Goal of the exercise.
Line by line, reproduce the records exactly.

Listed records.

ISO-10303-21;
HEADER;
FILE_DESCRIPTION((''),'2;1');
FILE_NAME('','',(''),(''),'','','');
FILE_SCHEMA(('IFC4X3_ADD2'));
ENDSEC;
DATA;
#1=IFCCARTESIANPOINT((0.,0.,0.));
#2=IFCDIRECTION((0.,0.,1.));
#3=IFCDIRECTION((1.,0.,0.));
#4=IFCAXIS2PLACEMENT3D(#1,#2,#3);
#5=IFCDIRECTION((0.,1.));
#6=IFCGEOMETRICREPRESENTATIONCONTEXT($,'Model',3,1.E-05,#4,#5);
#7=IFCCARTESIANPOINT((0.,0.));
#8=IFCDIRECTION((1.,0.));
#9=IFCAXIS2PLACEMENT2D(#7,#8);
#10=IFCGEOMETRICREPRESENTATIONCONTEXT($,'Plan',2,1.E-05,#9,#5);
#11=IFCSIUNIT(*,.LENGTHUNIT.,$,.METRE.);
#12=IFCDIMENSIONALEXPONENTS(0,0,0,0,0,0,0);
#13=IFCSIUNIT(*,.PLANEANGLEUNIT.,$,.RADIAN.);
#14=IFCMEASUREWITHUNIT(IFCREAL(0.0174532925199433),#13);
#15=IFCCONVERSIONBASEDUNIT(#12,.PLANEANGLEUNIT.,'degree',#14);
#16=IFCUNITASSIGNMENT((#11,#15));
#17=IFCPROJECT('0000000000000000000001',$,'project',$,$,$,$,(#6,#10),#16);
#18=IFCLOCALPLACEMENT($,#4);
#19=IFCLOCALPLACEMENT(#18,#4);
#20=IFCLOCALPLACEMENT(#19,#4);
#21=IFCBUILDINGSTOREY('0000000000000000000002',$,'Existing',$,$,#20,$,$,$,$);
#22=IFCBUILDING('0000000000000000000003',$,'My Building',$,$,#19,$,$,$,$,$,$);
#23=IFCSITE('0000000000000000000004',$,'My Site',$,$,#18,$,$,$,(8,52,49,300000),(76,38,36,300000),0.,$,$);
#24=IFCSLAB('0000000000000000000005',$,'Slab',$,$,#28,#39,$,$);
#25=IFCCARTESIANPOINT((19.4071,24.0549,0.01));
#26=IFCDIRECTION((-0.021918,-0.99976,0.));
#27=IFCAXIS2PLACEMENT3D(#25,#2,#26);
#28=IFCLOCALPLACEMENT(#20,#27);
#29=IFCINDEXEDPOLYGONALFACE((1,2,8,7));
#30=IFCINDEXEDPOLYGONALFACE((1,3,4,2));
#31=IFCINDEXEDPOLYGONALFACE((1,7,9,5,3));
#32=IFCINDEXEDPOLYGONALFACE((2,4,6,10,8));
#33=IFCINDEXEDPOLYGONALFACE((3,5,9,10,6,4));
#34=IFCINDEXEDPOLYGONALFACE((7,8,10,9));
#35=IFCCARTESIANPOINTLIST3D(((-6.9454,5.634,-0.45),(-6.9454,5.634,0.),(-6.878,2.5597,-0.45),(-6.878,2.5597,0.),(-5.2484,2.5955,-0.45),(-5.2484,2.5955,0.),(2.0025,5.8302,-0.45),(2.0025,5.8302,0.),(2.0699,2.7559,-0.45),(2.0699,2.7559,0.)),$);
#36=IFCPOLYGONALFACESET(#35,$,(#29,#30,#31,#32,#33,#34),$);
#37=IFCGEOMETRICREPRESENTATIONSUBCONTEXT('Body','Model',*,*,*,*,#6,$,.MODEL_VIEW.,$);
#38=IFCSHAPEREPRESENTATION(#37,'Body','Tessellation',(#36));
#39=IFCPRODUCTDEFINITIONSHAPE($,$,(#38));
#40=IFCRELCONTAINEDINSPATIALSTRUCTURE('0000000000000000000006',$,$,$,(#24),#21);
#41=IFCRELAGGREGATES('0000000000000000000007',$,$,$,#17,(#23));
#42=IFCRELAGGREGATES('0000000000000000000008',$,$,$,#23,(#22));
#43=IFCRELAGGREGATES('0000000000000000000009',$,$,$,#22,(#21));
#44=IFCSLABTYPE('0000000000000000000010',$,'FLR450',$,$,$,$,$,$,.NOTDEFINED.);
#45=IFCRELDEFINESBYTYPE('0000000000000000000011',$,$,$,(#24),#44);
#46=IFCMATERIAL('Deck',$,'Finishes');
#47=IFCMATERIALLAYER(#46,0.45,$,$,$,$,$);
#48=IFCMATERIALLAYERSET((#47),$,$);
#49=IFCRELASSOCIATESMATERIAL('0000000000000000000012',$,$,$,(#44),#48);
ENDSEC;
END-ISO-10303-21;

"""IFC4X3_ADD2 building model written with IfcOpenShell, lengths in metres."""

from ifc_helpers import new_model, entity, si_unit, converted_unit, direction, frame, origin_with_axes, origin_2d_with_axis, place, context, subcontext, project, spatial, indexed_curve, outline, extrude, material, layer, layer_set, type_object, element, save


model = new_model("IFC4X3_ADD2")

# Units and contexts
model_context = context("Model", 3, precision=1e-05, world=origin_with_axes(), true_north=direction((0.0, 1.0)))
plan_context = context("Plan", 2, precision=1e-05, world=origin_2d_with_axis(), true_north=direction((0.0, 1.0)))
body_context = subcontext(model_context, "Body", "Model", "MODEL_VIEW")
ifc_project = project(units=[si_unit("LENGTHUNIT", "METRE"), converted_unit("PLANEANGLEUNIT", "degree", entity("IfcReal", 0.0174532925199433), si_unit("PLANEANGLEUNIT", "RADIAN"), dimensions=[0, 0, 0, 0, 0, 0, 0])], contexts=[model_context, plan_context])

# Site, building, storey
site_placement = place(None, origin_with_axes())
site = spatial("IfcSite", under=ifc_project, at=site_placement, Name="My Site", RefLatitude=(8, 52, 49, 300000), RefLongitude=(76, 38, 36, 300000), RefElevation=0.0)
building_placement = place(site_placement, origin_with_axes())
building = spatial("IfcBuilding", under=site, at=building_placement, Name="My Building")
storey_placement = place(building_placement, origin_with_axes())
storey = spatial("IfcBuildingStorey", under=building, at=storey_placement, Name="Existing")

# Slab
ifc_material = material(Name="Deck", Category="Finishes")
ifc_layer = layer(ifc_material, 0.45)
ifc_layer_set = layer_set([ifc_layer])
slab_type = type_object("IfcSlabType", Name="FLR450", PredefinedType="NOTDEFINED", material=ifc_layer_set)
slab_placement = place(storey_placement, frame((19.4071, 24.0549, 0.01), z_axis=(0.0, 0.0, 1.0), x_axis=(-0.021918, -0.99976, 0.0)))
element("IfcSlab", 1, at=slab_placement, inside=storey, type_object=slab_type, Name="Slab", context=body_context, shape_type="SweptSolid", body=[
    extrude(outline(indexed_curve([(-6.878, 2.5597), (-5.2484, 2.5955), (2.0699, 2.7559), (2.0025, 5.8302), (-6.9454, 5.634), (-6.878, 2.5597)])), frame((0.0, 0.0, -0.45), z_axis=(0.0, 0.0, 1.0), x_axis=(1.0, 0.0, 0.0)), (0.0, 0.0, 1.0), 0.45),
])

save(model, "model.ifc")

Exercise response.
ISO-10303-21;
HEADER;
FILE_DESCRIPTION((''),'2;1');
FILE_NAME('','',(''),(''),'','','');
FILE_SCHEMA(('IFC4X3_ADD2'));
ENDSEC;
DATA;
#1=IFCCARTESIANPOINT((0.,0.,0.));
#2=IFCDIRECTION((0.,0.,1.));
#3=IFCDIRECTION((1.,0.,0.));
#4=IFCAXIS2PLACEMENT3D(#1,#2,#3);
#5=IFCDIRECTION((0.,1.));
#6=IFCGEOMETRICREPRESENTATIONCONTEXT($,'Model',3,1.E-05,#4,#5);
#7=IFCCARTESIANPOINT((0.,0.));
#8=IFCDIRECTION((1.,0.));
#9=IFCAXIS2PLACEMENT2D(#7,#8);
#10=IFCGEOMETRICREPRESENTATIONCONTEXT($,'Plan',2,1.E-05,#9,#5);
#11=IFCSIUNIT(*,.LENGTHUNIT.,$,.METRE.);
#12=IFCDIMENSIONALEXPONENTS(0,0,0,0,0,0,0);
#13=IFCSIUNIT(*,.PLANEANGLEUNIT.,$,.RADIAN.);
#14=IFCMEASUREWITHUNIT(IFCREAL(0.0174532925199433),#13);
#15=IFCCONVERSIONBASEDUNIT(#12,.PLANEANGLEUNIT.,'degree',#14);
#16=IFCUNITASSIGNMENT((#11,#15));
#17=IFCPROJECT('0000000000000000000001',$,'project',$,$,$,$,(#6,#10),#16);
#18=IFCLOCALPLACEMENT($,#4);
#19=IFCLOCALPLACEMENT(#18,#4);
#20=IFCLOCALPLACEMENT(#19,#4);
#21=IFCBUILDINGSTOREY('0000000000000000000002',$,'Existing',$,$,#20,$,$,$,$);
#22=IFCBUILDING('0000000000000000000003',$,'My Building',$,$,#19,$,$,$,$,$,$);
#23=IFCSITE('0000000000000000000004',$,'My Site',$,$,#18,$,$,$,(8,52,49,300000),(76,38,36,300000),0.,$,$);
#24=IFCSLAB('0000000000000000000005',$,'Slab',$,$,#28,#39,$,$);
#25=IFCCARTESIANPOINT((19.4071,24.0549,0.01));
#26=IFCDIRECTION((-0.021918,-0.99976,0.));
#27=IFCAXIS2PLACEMENT3D(#25,#2,#26);
#28=IFCLOCALPLACEMENT(#20,#27);
#29=IFCINDEXEDPOLYGONALFACE((1,2,8,7));
#30=IFCINDEXEDPOLYGONALFACE((1,3,4,2));
#31=IFCINDEXEDPOLYGONALFACE((1,7,9,5,3));
#32=IFCINDEXEDPOLYGONALFACE((2,4,6,10,8));
#33=IFCINDEXEDPOLYGONALFACE((3,5,9,10,6,4));
#34=IFCINDEXEDPOLYGONALFACE((7,8,10,9));
#35=IFCCARTESIANPOINTLIST3D(((-6.9454,5.634,-0.45),(-6.9454,5.634,0.),(-6.878,2.5597,-0.45),(-6.878,2.5597,0.),(-5.2484,2.5955,-0.45),(-5.2484,2.5955,0.),(2.0025,5.8302,-0.45),(2.0025,5.8302,0.),(2.0699,2.7559,-0.45),(2.0699,2.7559,0.)),$);
#36=IFCPOLYGONALFACESET(#35,$,(#29,#30,#31,#32,#33,#34),$);
#37=IFCGEOMETRICREPRESENTATIONSUBCONTEXT('Body','Model',*,*,*,*,#6,$,.MODEL_VIEW.,$);
#38=IFCSHAPEREPRESENTATION(#37,'Body','Tessellation',(#36));
#39=IFCPRODUCTDEFINITIONSHAPE($,$,(#38));
#40=IFCRELCONTAINEDINSPATIALSTRUCTURE('0000000000000000000006',$,$,$,(#24),#21);
#41=IFCRELAGGREGATES('0000000000000000000007',$,$,$,#17,(#23));
#42=IFCRELAGGREGATES('0000000000000000000008',$,$,$,#23,(#22));
#43=IFCRELAGGREGATES('0000000000000000000009',$,$,$,#22,(#21));
#44=IFCSLABTYPE('0000000000000000000010',$,'FLR450',$,$,$,$,$,$,.NOTDEFINED.);
#45=IFCRELDEFINESBYTYPE('0000000000000000000011',$,$,$,(#24),#44);
#46=IFCMATERIAL('Deck',$,'Finishes');
#47=IFCMATERIALLAYER(#46,0.45,$,$,$,$,$);
#48=IFCMATERIALLAYERSET((#47),$,$);
#49=IFCRELASSOCIATESMATERIAL('0000000000000000000012',$,$,$,(#44),#48);
ENDSEC;
END-ISO-10303-21;

"""IFC4X3_ADD2 building model written with IfcOpenShell, lengths in metres."""

from ifc_helpers import new_model, entity, si_unit, converted_unit, direction, frame, origin_with_axes, origin_2d_with_axis, place, context, subcontext, project, spatial, indexed_curve, outline, extrude, material, layer, layer_set, type_object, element, save


model = new_model("IFC4X3_ADD2")

# Units and contexts
model_context = context("Model", 3, precision=1e-05, world=origin_with_axes(), true_north=direction((0.0, 1.0)))
plan_context = context("Plan", 2, precision=1e-05, world=origin_2d_with_axis(), true_north=direction((0.0, 1.0)))
body_context = subcontext(model_context, "Body", "Model", "MODEL_VIEW")
ifc_project = project(units=[si_unit("LENGTHUNIT", "METRE"), converted_unit("PLANEANGLEUNIT", "degree", entity("IfcReal", 0.0174532925199433), si_unit("PLANEANGLEUNIT", "RADIAN"), dimensions=[0, 0, 0, 0, 0, 0, 0])], contexts=[model_context, plan_context])

# Site, building, storey
site_placement = place(None, origin_with_axes())
site = spatial("IfcSite", under=ifc_project, at=site_placement, Name="My Site", RefLatitude=(8, 52, 49, 300000), RefLongitude=(76, 38, 36, 300000), RefElevation=0.0)
building_placement = place(site_placement, origin_with_axes())
building = spatial("IfcBuilding", under=site, at=building_placement, Name="My Building")
storey_placement = place(building_placement, origin_with_axes())
storey = spatial("IfcBuildingStorey", under=building, at=storey_placement, Name="Existing")

# Slab
ifc_material = material(Name="Deck", Category="Finishes")
ifc_layer = layer(ifc_material, 0.45)
ifc_layer_set = layer_set([ifc_layer])
slab_type = type_object("IfcSlabType", Name="FLR450", PredefinedType="NOTDEFINED", material=ifc_layer_set)
slab_placement = place(storey_placement, frame((19.4071, 24.0549, 0.01), z_axis=(0.0, 0.0, 1.0), x_axis=(-0.021918, -0.99976, 0.0)))
element("IfcSlab", 1, at=slab_placement, inside=storey, type_object=slab_type, Name="Slab", context=body_context, shape_type="SweptSolid", body=[
    extrude(outline(indexed_curve([(-6.878, 2.5597), (-5.2484, 2.5955), (2.0699, 2.7559), (2.0025, 5.8302), (-6.9454, 5.634), (-6.878, 2.5597)])), frame((0.0, 0.0, -0.45), z_axis=(0.0, 0.0, 1.0), x_axis=(1.0, 0.0, 0.0)), (0.0, 0.0, 1.0), 0.45),
])

save(model, "model.ifc")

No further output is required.